The offer, should you choose to accept it.

This part of the conversation changed the way I think about Retro Dodo. Unfortunately i still see it as a blog, but in reality it’s actually an incredibly impressed brand that can and will turn into something bigger than I can imagine, and Ray even mentioned that.

After discussing stats, growth, strategies and insights into the brand a number was said, it was below my “asking” price (even though I know i wasn’t looking to sell it), and it was lower for two reasons according to Ray.

One, because the market has very low valuations at the top. Yes, typically really good “small sites” can sell for a 40x – 50x multiple, but at this scale, and on this level that’s not the case.

Large gaming sites according to Ray sell for around 30x, some even as low as 12x monthly multiple. The bigger the brand gets, the smaller the multiple is due to risk.

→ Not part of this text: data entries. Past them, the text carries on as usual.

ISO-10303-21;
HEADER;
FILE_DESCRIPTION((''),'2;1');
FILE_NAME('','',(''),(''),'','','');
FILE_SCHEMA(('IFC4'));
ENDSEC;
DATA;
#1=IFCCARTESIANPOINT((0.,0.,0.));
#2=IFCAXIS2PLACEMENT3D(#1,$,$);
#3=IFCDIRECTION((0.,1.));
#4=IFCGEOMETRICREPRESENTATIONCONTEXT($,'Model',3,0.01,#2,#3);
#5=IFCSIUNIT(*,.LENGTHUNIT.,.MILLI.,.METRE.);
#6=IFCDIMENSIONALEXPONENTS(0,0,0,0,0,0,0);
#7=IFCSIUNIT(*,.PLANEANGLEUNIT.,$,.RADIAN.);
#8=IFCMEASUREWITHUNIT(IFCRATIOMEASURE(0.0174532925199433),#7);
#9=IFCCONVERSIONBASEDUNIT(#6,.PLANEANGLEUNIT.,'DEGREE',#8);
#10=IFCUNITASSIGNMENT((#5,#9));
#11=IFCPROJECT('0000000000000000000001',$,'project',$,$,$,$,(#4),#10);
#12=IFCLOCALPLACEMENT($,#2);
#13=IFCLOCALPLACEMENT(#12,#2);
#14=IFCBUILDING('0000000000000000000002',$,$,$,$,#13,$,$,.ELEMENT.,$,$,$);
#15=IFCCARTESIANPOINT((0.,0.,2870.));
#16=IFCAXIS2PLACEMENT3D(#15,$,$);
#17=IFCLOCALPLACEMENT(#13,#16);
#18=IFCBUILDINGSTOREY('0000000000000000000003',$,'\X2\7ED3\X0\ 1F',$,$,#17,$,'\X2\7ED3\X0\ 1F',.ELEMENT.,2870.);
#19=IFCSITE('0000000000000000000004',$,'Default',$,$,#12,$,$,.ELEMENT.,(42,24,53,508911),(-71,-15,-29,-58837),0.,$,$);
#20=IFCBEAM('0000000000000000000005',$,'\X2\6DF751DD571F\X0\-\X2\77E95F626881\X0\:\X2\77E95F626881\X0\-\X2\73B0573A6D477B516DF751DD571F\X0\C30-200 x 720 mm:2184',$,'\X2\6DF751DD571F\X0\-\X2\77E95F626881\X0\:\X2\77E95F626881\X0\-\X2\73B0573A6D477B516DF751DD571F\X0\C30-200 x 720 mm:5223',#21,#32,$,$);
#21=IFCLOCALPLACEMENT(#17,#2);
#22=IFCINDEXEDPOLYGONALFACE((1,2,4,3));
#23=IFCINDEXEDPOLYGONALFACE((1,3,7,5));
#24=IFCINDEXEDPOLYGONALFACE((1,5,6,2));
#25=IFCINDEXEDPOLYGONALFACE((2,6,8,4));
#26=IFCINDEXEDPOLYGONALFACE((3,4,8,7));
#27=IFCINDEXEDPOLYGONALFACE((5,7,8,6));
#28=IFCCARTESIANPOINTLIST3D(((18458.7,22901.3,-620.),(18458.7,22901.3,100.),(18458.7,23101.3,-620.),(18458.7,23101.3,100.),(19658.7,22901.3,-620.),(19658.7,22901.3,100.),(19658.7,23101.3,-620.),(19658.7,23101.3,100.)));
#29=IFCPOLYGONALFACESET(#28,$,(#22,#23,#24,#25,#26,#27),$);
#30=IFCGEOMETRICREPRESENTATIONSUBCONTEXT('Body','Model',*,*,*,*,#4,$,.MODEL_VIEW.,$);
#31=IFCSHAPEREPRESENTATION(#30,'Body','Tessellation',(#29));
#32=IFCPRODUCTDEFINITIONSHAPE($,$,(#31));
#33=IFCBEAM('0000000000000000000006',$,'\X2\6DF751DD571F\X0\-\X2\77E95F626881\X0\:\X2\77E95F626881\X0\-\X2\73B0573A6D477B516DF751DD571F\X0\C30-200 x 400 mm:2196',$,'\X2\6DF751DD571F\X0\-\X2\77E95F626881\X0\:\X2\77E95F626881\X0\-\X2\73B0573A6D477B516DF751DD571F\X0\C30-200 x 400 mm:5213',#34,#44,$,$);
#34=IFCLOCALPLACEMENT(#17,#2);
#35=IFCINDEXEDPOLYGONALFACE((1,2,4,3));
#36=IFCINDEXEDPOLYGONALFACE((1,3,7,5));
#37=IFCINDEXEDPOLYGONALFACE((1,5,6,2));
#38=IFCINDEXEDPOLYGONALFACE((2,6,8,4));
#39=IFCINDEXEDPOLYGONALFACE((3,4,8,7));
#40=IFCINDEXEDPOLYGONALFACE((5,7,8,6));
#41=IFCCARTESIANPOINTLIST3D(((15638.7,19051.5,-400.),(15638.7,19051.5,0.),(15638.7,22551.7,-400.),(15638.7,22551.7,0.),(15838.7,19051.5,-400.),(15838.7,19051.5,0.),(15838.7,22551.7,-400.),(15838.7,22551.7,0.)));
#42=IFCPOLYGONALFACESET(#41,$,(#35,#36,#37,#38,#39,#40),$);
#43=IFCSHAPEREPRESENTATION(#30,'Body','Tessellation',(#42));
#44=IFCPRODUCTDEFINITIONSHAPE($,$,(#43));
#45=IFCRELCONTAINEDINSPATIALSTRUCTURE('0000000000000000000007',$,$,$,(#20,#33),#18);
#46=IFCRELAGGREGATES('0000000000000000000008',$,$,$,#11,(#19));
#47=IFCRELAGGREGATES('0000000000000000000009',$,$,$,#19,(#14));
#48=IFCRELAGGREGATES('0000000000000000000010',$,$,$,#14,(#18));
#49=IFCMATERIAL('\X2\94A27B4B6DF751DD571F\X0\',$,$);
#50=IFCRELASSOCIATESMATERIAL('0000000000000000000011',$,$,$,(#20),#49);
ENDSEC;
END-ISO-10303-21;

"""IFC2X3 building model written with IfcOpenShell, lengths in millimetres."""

from ifc_helpers import new_model, entity, si_unit, converted_unit, direction, frame, frame_2d, origin, place, context, subcontext, project, spatial, rectangle, extrude, material, element, save


model = new_model("IFC2X3")

# Units and contexts
model_context = context("Model", 3, precision=0.01, world=origin(), true_north=direction((0.0, 1.0)))
body_context = subcontext(model_context, "Body", "Model", "MODEL_VIEW")
ifc_project = project(units=[si_unit("LENGTHUNIT", "METRE", prefix="MILLI"), converted_unit("PLANEANGLEUNIT", "DEGREE", entity("IfcRatioMeasure", 0.0174532925199433), si_unit("PLANEANGLEUNIT", "RADIAN"), dimensions=[0, 0, 0, 0, 0, 0, 0])], contexts=[model_context])

# Site, building, storey
site_placement = place(None, origin())
site = spatial("IfcSite", under=ifc_project, at=site_placement, Name="Default", CompositionType="ELEMENT", RefLatitude=(42, 24, 53, 508911), RefLongitude=(-71, -15, -29, -58837), RefElevation=0.0)
building_placement = place(site_placement, origin())
building = spatial("IfcBuilding", under=site, at=building_placement, CompositionType="ELEMENT")
storey_placement = place(building_placement, frame((0.0, 0.0, 2870.0)))
storey = spatial("IfcBuildingStorey", under=building, at=storey_placement, Name="结 1F", LongName="结 1F", CompositionType="ELEMENT", Elevation=2870.0)

# Beams
ifc_material = material(Name="钢筋混凝土")
beam_1_placement = place(storey_placement, frame((17708.7, 23001.3, 100.0)))
element("IfcBeam", 1, at=beam_1_placement, inside=storey, material=ifc_material, Name="混凝土-矩形梁:矩形梁-现场浇筑混凝土C30-200 x 720 mm:2184", ObjectType="混凝土-矩形梁:矩形梁-现场浇筑混凝土C30-200 x 720 mm:5223", context=body_context, shape_type="SweptSolid", body=[
    extrude(rectangle(XDim=720.0, YDim=200.0, at=frame_2d((0.0, 0.0), x_axis=(1.0, 0.0))), frame((750.0, 0.0, -360.0), z_axis=(1.0, 0.0, 0.0), x_axis=(0.0, 0.0, -1.0)), (0.0, 0.0, 1.0), 1200.0),
])
beam_2_placement = place(storey_placement, frame((15738.7, 18951.5, 0.0), z_axis=(0.0, 0.0, 1.0), x_axis=(0.0, 1.0, 0.0)))
element("IfcBeam", 2, at=beam_2_placement, inside=storey, Name="混凝土-矩形梁:矩形梁-现场浇筑混凝土C30-200 x 400 mm:2196", ObjectType="混凝土-矩形梁:矩形梁-现场浇筑混凝土C30-200 x 400 mm:5213", context=body_context, shape_type="SweptSolid", body=[
    extrude(rectangle(XDim=400.0, YDim=200.0, at=frame_2d((0.0, 0.0), x_axis=(1.0, 0.0))), frame((100.0, 0.0, -200.0), z_axis=(1.0, 0.0, 0.0), x_axis=(0.0, 0.0, -1.0)), (0.0, 0.0, 1.0), 3500.3),
])

save(model, "model.ifc")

Which I was surprised about, but that could be Ray trying to wangle a smaller price. That was until Ray made an offer.

$800,000.

“But I don’t want you to take it, this is the worst time to sell. What you are building can be easily double that in a couple of years”.

The price offered didn’t interest me at all, as much as that price is big, it’s not life changing, especially after the tax-man comes knocking. Not that it isn’t eye opening, i still get all fuzzy when I realise that I have built something worth so much.

The comment after is what struck me. Double? Holy shiznit, now that’s a life changing amount of money.

I said that I wouldn’t sell for that price which Ray expected, and we spoke even more about where I need to take the business, how to get there and advice on doing so.

It was advice I was already implementing but it’s always nice to hear that from someone “at the top”.

What did I learn?

  • That consistency is king. Keep going, even through storms and it will eventually pay off.
  • Mixing a loveable brand, with great content, SEO and E-E-A-T friendly tactics, high end video and consistent output will take Retro Dodo to another level.
  • Pricing multiples decrease the bigger the asset gets and so does the pool of potential buyers.
  • You can negotiate sell structure. For example, instead of selling for $800k, I could negotiate $700k upfront and $200k after 12 months if site grows at X%.
  • Only you know the true value of your brand. Buyers simply go off math, not future growth.
  • Keep moving forward, not matter what.